Salona dönen Yeşim, Bahadır’ın önünde ayakta durdu. Eliyle içeceğini işaret ederek sordu.
“Bana da bir tane hazırlayabilir misin?”
Bahadır kurnazca gülümsedi.
“Elbette.”
Bahadır, misafirinin içeceğini cam sehpaya telefonunun yanına koyup kanepeye oturdu. Arkasına yaslanıp eliyle yanını gösterdi.
“Buraya gelmez misin?”
Yeşim yanına geçti. Fermuarı açık çantasını aralarına koyunca, ev sahibi bir kahkaha patlattı.
“Sınırlarım var diyorsun. Öyle olsun bakalım.”
Yeşim’in gözlerinin içine bakar halde bir şeyler söylemeye hazırlanırken, telefonuna ikinci kez mesaj geldi.
“İster misin şimdi eski çıtırlardan biri çalsın kapıyı. Olur mu olur!”
Bahadır mesajı okurken Yeşim içeceğini döktü.
“Ah çok özür dilerim.”
Yüzü kıpkırmızı kesilen genç kız yerinden fırladı.
“Havlu getirebilir misin bana?”
“Önemi yok. Mutfaktan hemen alıyorum.”
“Bahadır... Büyükçe bir havlu daha iyi olur. Banyodan...”
“Tamam.”
Bahadır gözden kaybolur kaybolmaz, Yeşim hemen onun telefonunu aldı. Ekranı açık bıraktığı için şifre girmek gerekmiyordu. Birkaç parmak hamlesiyle mönüde arama yapıp Bahadır’ın telefonunu yerine bıraktı. Çantasından eski, mavi telefonu çıkarıp fısıldayarak, hattın ucunda bekleyene konuştu:
“Telefonunda yok. İkinci etaba geçelim.”
Bahadır salona girerken, Yeşim telefonunu çantasına henüz bırakmıştı.
“Telefonda mıydın?”
“Evet, annem aradı da... Geç kalmam dedim.”
“Hemen çıkacak mısın?”
Yeşim üzerini silmeye çalışırken cevap verdi.
“Hayır.
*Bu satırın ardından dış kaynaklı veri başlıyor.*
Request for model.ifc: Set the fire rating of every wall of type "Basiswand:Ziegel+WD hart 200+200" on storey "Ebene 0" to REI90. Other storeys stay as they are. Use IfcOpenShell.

First a look at what the model holds.

```python
import ifcopenshell
import ifcopenshell.util.element

model = ifcopenshell.open("model.ifc")
print(model.schema)
storey = next(s for s in model.by_type("IfcBuildingStorey") if s.Name == "Ebene 0")
walls = [e for e in ifcopenshell.util.element.get_decomposition(storey) if e.is_a("IfcWall")]
seen = {}
for e in walls:
    element_type = ifcopenshell.util.element.get_type(e)
    key = (element_type.Name if element_type != e and element_type else None, ifcopenshell.util.element.get_pset(e, "Pset_WallCommon", "FireRating"))
    seen[key] = seen.get(key, 0) + 1
for (name, value), count in sorted(seen.items(), key=str):
    print(count, "x", name, "|", value)
```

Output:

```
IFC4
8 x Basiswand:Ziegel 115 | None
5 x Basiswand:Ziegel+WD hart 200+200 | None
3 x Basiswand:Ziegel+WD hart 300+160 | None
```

```python
import ifcopenshell
import ifcopenshell.api.pset
import ifcopenshell.util.element

model = ifcopenshell.open("model.ifc")

storey = next(s for s in model.by_type("IfcBuildingStorey") if s.Name == "Ebene 0")
walls = [e for e in ifcopenshell.util.element.get_decomposition(storey) if e.is_a("IfcWall")]

count = 0
for e in walls:
    element_type = ifcopenshell.util.element.get_type(e)
    if element_type in (None, e) or element_type.Name != "Basiswand:Ziegel+WD hart 200+200":
        continue
    # add_pset returns the element's existing set when there is one.
    pset = ifcopenshell.api.pset.add_pset(model, product=e, name="Pset_WallCommon")
    ifcopenshell.api.pset.edit_pset(model, pset=pset, properties={"FireRating": "REI90"})
    count += 1

print(count, "walls updated")

model.write("model_updated.ifc")
```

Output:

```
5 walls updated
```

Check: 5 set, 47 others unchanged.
Bir film izleyelim istiyordum, ama ismini unuttum. İnternete girmek için bilgisayarını kullanabilir miyim?”
“Elbette.”
Birazdan zilin çalacağından habersiz Bahadır, dizüstü bilgisayarını açtı. Yeşim filmi ararken zil çalınca birden ürkmüş gibi döndü. Aynı anda Bahadır’ın telefonunun ekranı aydınlandı.
“Binanın girişinde sana bir sürpriz var. Gelmezsen eve teslim!”
Derin bir nefes alan Bahadır, sakin görünmeye çalışarak Yeşim’e dedi ki:
“Hemen dönüyorum, sen rahatına bak.”
Bahadır dış kapıyı kapatır kapatmaz, Yeşim çantasından bir kablo ve hard disk çıkardı. Kablonun bir ucunu bilgisayara, diğer ucunu hard diske takıp bilgi aktarma işlemini başlattı. Mavi telefonu aldı, hattın ucunda bekleyene:
“Aktarıyorum. On dakika filan sürer. Sen onu mesajla oyala biraz.”
Binanın giriş kapısında bir sağa bir sola bakan, ancak kimseyi göremeyen Bahadır, mesaj gönderen numarayı aradı, ancak cevap veren olmadı. İçeri girmek için geriye doğru bir adım attığında mesaj geldi:
“Ne o, acelen mi var?”
Bu esnada salondaki dolaba bakınan Yeşim, elinde mavi telefonla Bahadır’ın üst kattaki yatak odasına çıkıp hızla çekmeceleri taradı.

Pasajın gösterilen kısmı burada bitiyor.